DATASET RECORDS:
....................

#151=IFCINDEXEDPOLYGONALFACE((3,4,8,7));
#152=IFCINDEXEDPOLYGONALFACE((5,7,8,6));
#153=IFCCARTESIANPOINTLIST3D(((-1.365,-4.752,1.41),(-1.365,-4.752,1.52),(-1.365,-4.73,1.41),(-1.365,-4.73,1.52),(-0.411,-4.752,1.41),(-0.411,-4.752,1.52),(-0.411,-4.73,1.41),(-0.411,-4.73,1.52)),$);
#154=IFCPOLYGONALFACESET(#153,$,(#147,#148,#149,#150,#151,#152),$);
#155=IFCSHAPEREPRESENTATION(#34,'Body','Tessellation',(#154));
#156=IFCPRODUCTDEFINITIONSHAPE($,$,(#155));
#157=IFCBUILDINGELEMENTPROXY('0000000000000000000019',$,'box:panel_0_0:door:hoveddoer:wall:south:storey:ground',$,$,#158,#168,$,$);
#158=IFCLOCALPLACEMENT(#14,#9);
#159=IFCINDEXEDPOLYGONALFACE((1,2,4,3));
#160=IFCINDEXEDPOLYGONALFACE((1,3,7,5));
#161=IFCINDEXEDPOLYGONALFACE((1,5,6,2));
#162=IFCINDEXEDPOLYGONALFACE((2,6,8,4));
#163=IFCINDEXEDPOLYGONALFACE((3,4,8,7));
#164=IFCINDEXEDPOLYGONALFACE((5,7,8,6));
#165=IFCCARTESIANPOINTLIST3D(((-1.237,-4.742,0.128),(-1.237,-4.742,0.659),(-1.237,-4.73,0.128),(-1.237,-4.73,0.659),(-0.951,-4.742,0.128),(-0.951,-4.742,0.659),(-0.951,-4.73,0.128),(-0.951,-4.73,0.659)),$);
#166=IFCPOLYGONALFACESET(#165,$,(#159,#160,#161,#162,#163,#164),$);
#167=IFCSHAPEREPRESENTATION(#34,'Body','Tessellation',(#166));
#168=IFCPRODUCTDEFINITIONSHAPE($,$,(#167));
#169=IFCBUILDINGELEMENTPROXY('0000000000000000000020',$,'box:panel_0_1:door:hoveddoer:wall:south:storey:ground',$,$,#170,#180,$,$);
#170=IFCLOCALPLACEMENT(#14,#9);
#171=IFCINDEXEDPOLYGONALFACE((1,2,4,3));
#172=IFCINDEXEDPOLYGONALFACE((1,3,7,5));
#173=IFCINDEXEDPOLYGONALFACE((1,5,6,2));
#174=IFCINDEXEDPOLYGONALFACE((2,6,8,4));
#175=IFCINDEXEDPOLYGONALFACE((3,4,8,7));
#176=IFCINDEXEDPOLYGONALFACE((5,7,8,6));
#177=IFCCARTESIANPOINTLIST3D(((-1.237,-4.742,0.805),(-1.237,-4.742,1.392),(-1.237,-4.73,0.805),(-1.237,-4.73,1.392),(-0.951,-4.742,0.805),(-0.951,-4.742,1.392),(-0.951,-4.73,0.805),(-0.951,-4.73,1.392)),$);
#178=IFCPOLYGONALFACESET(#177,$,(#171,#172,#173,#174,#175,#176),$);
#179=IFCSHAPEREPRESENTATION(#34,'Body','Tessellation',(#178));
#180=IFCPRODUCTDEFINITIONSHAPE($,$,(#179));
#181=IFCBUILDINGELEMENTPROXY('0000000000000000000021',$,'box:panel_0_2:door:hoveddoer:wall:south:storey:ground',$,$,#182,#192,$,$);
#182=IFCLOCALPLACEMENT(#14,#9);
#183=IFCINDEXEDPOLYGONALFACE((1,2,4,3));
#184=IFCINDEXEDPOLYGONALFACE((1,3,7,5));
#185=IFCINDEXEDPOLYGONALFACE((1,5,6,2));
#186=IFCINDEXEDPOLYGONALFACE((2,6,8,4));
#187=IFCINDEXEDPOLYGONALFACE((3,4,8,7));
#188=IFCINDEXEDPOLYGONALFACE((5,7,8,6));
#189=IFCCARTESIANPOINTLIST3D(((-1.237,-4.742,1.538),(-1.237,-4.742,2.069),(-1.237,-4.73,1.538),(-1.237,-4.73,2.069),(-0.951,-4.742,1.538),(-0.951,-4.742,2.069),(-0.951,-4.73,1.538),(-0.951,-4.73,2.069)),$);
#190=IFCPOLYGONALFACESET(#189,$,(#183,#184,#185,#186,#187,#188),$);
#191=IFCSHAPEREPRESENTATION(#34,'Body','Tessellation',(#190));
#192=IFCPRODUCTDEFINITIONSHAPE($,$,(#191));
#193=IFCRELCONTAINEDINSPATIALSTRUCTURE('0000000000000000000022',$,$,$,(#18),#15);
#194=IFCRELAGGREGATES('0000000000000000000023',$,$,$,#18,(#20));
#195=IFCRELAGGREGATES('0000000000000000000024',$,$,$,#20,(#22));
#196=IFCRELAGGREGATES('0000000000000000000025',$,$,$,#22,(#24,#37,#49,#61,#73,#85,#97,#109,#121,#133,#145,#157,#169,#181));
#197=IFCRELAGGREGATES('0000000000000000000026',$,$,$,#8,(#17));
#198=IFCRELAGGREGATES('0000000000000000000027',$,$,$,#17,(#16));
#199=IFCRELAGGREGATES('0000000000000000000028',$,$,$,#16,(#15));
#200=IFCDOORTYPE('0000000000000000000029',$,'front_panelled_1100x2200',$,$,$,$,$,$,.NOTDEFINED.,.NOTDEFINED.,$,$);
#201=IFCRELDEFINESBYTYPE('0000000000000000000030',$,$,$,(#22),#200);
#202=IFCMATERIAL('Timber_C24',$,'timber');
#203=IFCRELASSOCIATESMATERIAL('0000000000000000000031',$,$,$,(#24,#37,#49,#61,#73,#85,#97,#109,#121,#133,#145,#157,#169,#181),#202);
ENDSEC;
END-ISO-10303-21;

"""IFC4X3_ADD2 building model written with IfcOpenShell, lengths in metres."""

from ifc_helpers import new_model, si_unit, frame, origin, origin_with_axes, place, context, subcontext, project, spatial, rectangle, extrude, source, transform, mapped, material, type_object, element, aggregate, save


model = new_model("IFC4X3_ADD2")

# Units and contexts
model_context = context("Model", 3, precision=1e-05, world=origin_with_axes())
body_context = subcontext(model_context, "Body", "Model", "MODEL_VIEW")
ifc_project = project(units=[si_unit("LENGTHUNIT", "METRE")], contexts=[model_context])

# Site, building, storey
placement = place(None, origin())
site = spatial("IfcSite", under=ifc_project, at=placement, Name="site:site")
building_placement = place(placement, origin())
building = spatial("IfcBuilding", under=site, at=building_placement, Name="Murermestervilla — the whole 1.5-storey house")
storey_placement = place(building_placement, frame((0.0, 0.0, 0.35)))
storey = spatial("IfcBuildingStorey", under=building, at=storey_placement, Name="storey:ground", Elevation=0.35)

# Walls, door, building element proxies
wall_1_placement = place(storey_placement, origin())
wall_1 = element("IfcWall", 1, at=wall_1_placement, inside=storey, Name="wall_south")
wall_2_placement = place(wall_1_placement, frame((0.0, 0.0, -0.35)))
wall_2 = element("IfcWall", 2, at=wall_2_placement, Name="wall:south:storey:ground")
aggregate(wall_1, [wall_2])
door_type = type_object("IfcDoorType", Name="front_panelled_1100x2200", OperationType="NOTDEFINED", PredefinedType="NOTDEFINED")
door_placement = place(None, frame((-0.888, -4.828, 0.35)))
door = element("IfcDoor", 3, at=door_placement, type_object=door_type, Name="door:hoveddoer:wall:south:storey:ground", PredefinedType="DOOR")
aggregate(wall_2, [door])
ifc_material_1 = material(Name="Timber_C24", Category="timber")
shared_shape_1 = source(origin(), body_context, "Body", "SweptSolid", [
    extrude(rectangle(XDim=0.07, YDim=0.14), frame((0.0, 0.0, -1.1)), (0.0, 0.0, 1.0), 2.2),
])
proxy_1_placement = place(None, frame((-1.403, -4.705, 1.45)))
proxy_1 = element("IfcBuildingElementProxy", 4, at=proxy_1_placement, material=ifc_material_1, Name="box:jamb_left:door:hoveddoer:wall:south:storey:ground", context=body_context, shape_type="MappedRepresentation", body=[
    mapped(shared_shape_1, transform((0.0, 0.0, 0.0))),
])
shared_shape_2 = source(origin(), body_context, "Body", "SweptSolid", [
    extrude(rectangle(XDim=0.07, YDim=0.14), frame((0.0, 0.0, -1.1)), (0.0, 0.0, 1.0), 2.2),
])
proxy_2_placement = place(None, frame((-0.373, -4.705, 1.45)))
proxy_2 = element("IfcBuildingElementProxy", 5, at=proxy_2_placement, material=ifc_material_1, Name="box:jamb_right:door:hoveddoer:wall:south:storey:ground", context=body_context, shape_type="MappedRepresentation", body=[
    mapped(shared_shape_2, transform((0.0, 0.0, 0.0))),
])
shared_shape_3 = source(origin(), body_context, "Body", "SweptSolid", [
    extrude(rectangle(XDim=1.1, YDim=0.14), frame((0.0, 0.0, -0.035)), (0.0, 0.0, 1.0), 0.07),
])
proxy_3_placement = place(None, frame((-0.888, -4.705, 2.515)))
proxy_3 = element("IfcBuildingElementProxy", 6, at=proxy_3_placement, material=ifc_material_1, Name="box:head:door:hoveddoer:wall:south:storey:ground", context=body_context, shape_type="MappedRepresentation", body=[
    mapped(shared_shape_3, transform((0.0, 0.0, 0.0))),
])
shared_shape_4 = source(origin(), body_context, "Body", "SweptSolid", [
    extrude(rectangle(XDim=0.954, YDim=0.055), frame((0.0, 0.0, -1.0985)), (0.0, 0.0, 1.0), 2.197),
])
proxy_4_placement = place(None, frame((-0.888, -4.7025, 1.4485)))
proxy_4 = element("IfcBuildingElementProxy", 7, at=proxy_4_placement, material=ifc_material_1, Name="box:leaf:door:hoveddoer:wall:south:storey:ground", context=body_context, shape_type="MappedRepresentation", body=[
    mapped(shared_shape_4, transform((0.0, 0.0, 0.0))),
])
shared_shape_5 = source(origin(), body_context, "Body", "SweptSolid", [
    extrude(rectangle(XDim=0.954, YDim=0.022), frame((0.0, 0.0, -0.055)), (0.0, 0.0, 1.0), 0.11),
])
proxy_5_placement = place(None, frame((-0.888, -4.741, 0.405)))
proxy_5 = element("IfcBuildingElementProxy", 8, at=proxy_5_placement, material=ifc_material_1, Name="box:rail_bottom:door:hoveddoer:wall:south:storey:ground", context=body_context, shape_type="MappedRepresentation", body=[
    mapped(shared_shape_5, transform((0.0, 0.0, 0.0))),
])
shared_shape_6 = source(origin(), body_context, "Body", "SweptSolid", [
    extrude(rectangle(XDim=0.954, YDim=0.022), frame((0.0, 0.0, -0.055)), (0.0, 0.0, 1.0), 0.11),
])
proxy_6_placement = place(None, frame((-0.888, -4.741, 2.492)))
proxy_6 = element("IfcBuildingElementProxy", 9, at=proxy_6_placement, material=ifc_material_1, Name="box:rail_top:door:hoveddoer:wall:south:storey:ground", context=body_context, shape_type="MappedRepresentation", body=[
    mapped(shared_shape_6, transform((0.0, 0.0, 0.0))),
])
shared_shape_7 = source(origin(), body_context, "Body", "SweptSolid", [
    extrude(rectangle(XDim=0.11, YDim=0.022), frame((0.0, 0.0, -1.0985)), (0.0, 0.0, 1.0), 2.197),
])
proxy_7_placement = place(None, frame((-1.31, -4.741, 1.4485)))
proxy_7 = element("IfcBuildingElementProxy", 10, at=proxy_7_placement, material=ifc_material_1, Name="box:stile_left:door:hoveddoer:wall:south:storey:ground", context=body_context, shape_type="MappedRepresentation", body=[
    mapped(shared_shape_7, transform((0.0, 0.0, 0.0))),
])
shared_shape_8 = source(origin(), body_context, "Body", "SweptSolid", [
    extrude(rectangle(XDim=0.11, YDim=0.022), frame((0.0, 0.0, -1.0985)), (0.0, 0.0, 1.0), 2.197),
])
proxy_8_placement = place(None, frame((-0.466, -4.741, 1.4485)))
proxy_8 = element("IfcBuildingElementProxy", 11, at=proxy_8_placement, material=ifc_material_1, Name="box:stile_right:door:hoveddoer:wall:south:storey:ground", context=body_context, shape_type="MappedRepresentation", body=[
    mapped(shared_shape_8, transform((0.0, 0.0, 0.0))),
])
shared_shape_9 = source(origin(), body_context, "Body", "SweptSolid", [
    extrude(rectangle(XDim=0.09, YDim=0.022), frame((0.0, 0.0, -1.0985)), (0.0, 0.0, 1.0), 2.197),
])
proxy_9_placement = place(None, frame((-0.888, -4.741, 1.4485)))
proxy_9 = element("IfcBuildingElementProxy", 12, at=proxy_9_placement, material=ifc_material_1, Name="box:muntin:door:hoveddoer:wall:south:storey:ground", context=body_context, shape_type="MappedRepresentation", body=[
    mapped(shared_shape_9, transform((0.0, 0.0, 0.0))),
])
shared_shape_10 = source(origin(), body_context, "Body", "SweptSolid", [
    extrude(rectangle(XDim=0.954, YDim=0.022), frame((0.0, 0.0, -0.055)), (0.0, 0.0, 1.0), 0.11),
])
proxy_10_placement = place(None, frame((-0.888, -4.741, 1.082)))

....................

EXERCISE:
Repeat word for word every line from the start of the entries to the line holding "#164=IFCINDEXEDPOLYGONALFACE((5,7,8,6));", inclusive, and nothing else.

RESPONSE BELOW:
#151=IFCINDEXEDPOLYGONALFACE((3,4,8,7));
#152=IFCINDEXEDPOLYGONALFACE((5,7,8,6));
#153=IFCCARTESIANPOINTLIST3D(((-1.365,-4.752,1.41),(-1.365,-4.752,1.52),(-1.365,-4.73,1.41),(-1.365,-4.73,1.52),(-0.411,-4.752,1.41),(-0.411,-4.752,1.52),(-0.411,-4.73,1.41),(-0.411,-4.73,1.52)),$);
#154=IFCPOLYGONALFACESET(#153,$,(#147,#148,#149,#150,#151,#152),$);
#155=IFCSHAPEREPRESENTATION(#34,'Body','Tessellation',(#154));
#156=IFCPRODUCTDEFINITIONSHAPE($,$,(#155));
#157=IFCBUILDINGELEMENTPROXY('0000000000000000000019',$,'box:panel_0_0:door:hoveddoer:wall:south:storey:ground',$,$,#158,#168,$,$);
#158=IFCLOCALPLACEMENT(#14,#9);
#159=IFCINDEXEDPOLYGONALFACE((1,2,4,3));
#160=IFCINDEXEDPOLYGONALFACE((1,3,7,5));
#161=IFCINDEXEDPOLYGONALFACE((1,5,6,2));
#162=IFCINDEXEDPOLYGONALFACE((2,6,8,4));
#163=IFCINDEXEDPOLYGONALFACE((3,4,8,7));
#164=IFCINDEXEDPOLYGONALFACE((5,7,8,6));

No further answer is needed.